1) Despite increasing competition, Bajaj Auto is expected to maintain its market share with domestic volume growth of 14%, in line with industry growth.
2) Bajaj Auto‘s export outlook continues to be stable with total exports expected to touch 1.4mn in FY12.
3) Increased proportion of high-margin motorcycles and continued contribution of three-wheelers would enable Bajaj Auto to maintain margins at current levels.
4) Bajaj Auto is expected to launch the new Discover 125cc in Mar,10. This is expected to provide a further boost to Discover volumes
5) Management expects to improve its market share with growth of 22% to 4.8mn units during FY12 as against volume estimates of 4.5mn units.
GODAWARI POWER: BUY, Target Price-Rs 272 (46% upside)
Godawari Power is expected to benefit from earnings CAGR of 41% over FY10-FY12E on volume growth and margin expansion. This would be driven by higher output from the Ari Dongri mines, 0.6 mntpa pellet plant, and 20MW biomass power plant that started providing results from Q3FY11. Further, production at Godawari Power‘s 0.6 mntpa pellet plant of the 75% subsidiary, Ardent Steel, has stabilized and is expected to provide earnings upside (not factored in the earnings estimates and target price).
1) Stabilization of Godawari Power‘s newly commissioned 20MW biomass power plant;
2) Higher output from the Ari Dongri iron ore mine and 0.6mntpa pellet plant to help revenue growth and margin expansion;
3) Contribution from Ardent Steel to consolidated earnings expected from Q4FY11 onward;
4) The Boria Tibu mines that were impacted by delay in handover of forest area are now expected to commence mining from Q1FY12;
5) Completion of amalgamation of group companies (received court approval, not factored in estimates).
INDRAPRASTHA GAS: BUY, Target Price-Rs 370 (18% upside)

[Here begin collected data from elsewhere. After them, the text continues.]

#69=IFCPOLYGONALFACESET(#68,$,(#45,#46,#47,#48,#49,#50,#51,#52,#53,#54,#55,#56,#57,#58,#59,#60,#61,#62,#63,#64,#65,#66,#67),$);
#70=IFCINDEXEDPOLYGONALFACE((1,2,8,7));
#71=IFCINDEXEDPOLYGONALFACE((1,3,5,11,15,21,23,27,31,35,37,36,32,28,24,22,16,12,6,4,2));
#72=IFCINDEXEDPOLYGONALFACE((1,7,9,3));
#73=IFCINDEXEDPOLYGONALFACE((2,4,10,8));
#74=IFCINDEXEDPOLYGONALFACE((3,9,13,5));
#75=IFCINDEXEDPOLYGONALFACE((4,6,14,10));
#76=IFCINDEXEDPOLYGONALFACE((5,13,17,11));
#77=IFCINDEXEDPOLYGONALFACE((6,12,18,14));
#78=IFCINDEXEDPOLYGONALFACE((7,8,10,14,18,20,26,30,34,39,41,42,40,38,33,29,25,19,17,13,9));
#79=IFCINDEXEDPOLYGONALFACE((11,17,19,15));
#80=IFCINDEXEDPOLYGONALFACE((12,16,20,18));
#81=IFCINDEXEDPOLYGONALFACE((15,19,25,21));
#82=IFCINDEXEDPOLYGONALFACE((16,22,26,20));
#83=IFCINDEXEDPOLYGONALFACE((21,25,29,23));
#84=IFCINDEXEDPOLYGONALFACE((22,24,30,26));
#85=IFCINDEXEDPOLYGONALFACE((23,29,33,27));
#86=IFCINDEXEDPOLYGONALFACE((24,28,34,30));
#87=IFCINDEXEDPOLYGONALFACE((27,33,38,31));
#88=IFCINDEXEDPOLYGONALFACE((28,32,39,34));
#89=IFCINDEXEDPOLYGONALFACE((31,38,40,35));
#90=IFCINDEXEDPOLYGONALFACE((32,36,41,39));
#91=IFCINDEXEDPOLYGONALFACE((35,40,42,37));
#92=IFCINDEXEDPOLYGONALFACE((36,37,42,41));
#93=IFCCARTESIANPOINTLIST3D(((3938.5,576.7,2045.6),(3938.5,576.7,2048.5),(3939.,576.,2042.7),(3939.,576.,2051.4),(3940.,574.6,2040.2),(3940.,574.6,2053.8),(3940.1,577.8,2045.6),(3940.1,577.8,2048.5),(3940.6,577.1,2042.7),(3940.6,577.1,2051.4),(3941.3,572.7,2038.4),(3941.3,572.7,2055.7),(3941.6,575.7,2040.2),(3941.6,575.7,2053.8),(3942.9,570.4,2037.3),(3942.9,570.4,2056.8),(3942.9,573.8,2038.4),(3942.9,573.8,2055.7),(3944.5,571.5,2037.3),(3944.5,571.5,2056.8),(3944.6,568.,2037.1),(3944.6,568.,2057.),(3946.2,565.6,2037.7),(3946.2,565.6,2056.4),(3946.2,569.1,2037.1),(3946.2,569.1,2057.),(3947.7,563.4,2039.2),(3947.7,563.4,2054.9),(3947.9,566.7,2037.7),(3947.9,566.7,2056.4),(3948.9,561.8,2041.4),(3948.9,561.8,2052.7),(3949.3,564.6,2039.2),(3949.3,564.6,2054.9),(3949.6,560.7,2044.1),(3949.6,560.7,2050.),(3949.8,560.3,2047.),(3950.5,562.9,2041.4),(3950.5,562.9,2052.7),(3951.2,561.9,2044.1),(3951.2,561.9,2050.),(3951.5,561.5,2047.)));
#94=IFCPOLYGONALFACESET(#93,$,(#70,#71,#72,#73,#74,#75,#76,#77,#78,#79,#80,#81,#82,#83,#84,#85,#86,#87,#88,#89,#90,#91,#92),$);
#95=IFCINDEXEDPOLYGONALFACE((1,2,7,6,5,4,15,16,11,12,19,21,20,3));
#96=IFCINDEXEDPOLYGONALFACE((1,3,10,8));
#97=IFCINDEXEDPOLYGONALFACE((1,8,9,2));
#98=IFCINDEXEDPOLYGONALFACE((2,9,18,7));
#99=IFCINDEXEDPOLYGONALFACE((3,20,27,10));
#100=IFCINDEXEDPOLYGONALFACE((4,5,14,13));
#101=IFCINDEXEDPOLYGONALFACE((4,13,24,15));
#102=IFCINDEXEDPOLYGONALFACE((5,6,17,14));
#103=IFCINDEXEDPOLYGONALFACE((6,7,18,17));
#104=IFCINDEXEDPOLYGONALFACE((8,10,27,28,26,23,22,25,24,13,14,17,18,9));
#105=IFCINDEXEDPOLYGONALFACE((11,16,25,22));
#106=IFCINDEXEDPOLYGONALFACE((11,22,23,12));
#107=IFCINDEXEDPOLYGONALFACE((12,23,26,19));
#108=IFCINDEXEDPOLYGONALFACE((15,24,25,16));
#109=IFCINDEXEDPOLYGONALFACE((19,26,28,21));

Indraprashtra Gas (IGL) is a play on the growing city gas distribution business in India. With robust capex of ~Rs30bn in five years, Indraprashtra Gas (IGL) is increasing coverage in Delhi, Noida, Greater Noida and Ghaziabad. Given the strong parentage of GAIL, Indraprashtra Gas (IGL) should be able to meet challenges in sourcing gas. Indraprashtra Gas (IGL)‘s customer profile gives it the ability to pass on price increases to make up for increasing LNG in its portfolio, which would maintain margins in absolute terms.
1) CNG and PNG segments are expected to grow at 13% and 49% CAGR over FY10-FY15 respectively;
2) Indraprashtra Gas (IGL) would make regular price increases for CNG and PNG to maintain margins, with increasing LNG volumes in its portfolio (EBITDA/scm would remain robust at ~Rs5/scm);
3) Although higher depreciation and interest due to aggressive capex (~Rs21bn from FY11 to FY13) would impact Indraprashtra Gas (IGL)‘s net profit, ROCE and ROE are expected to remain strong at ~24%
LUPIN: BUY, Target Price – Rs 537 (30% upside)
Lupin is one of the best plays in the pharma space, given its strong execution capabilities, improving financial performance and diversifying business model. The high-margin branded generic business of Lupin has been the key differentiator. Lupin‘s strong growth on the US front (both branded generic and generic segments) and improvement in operating margins would maintain the growth momentum.
1) Lupin‘s strong traction in the high-margin Suprax product (chewable tablets approved; double strength tablets now enjoy more than 50% of total Suprax prescription share) and gradual pick up in Antara prescription.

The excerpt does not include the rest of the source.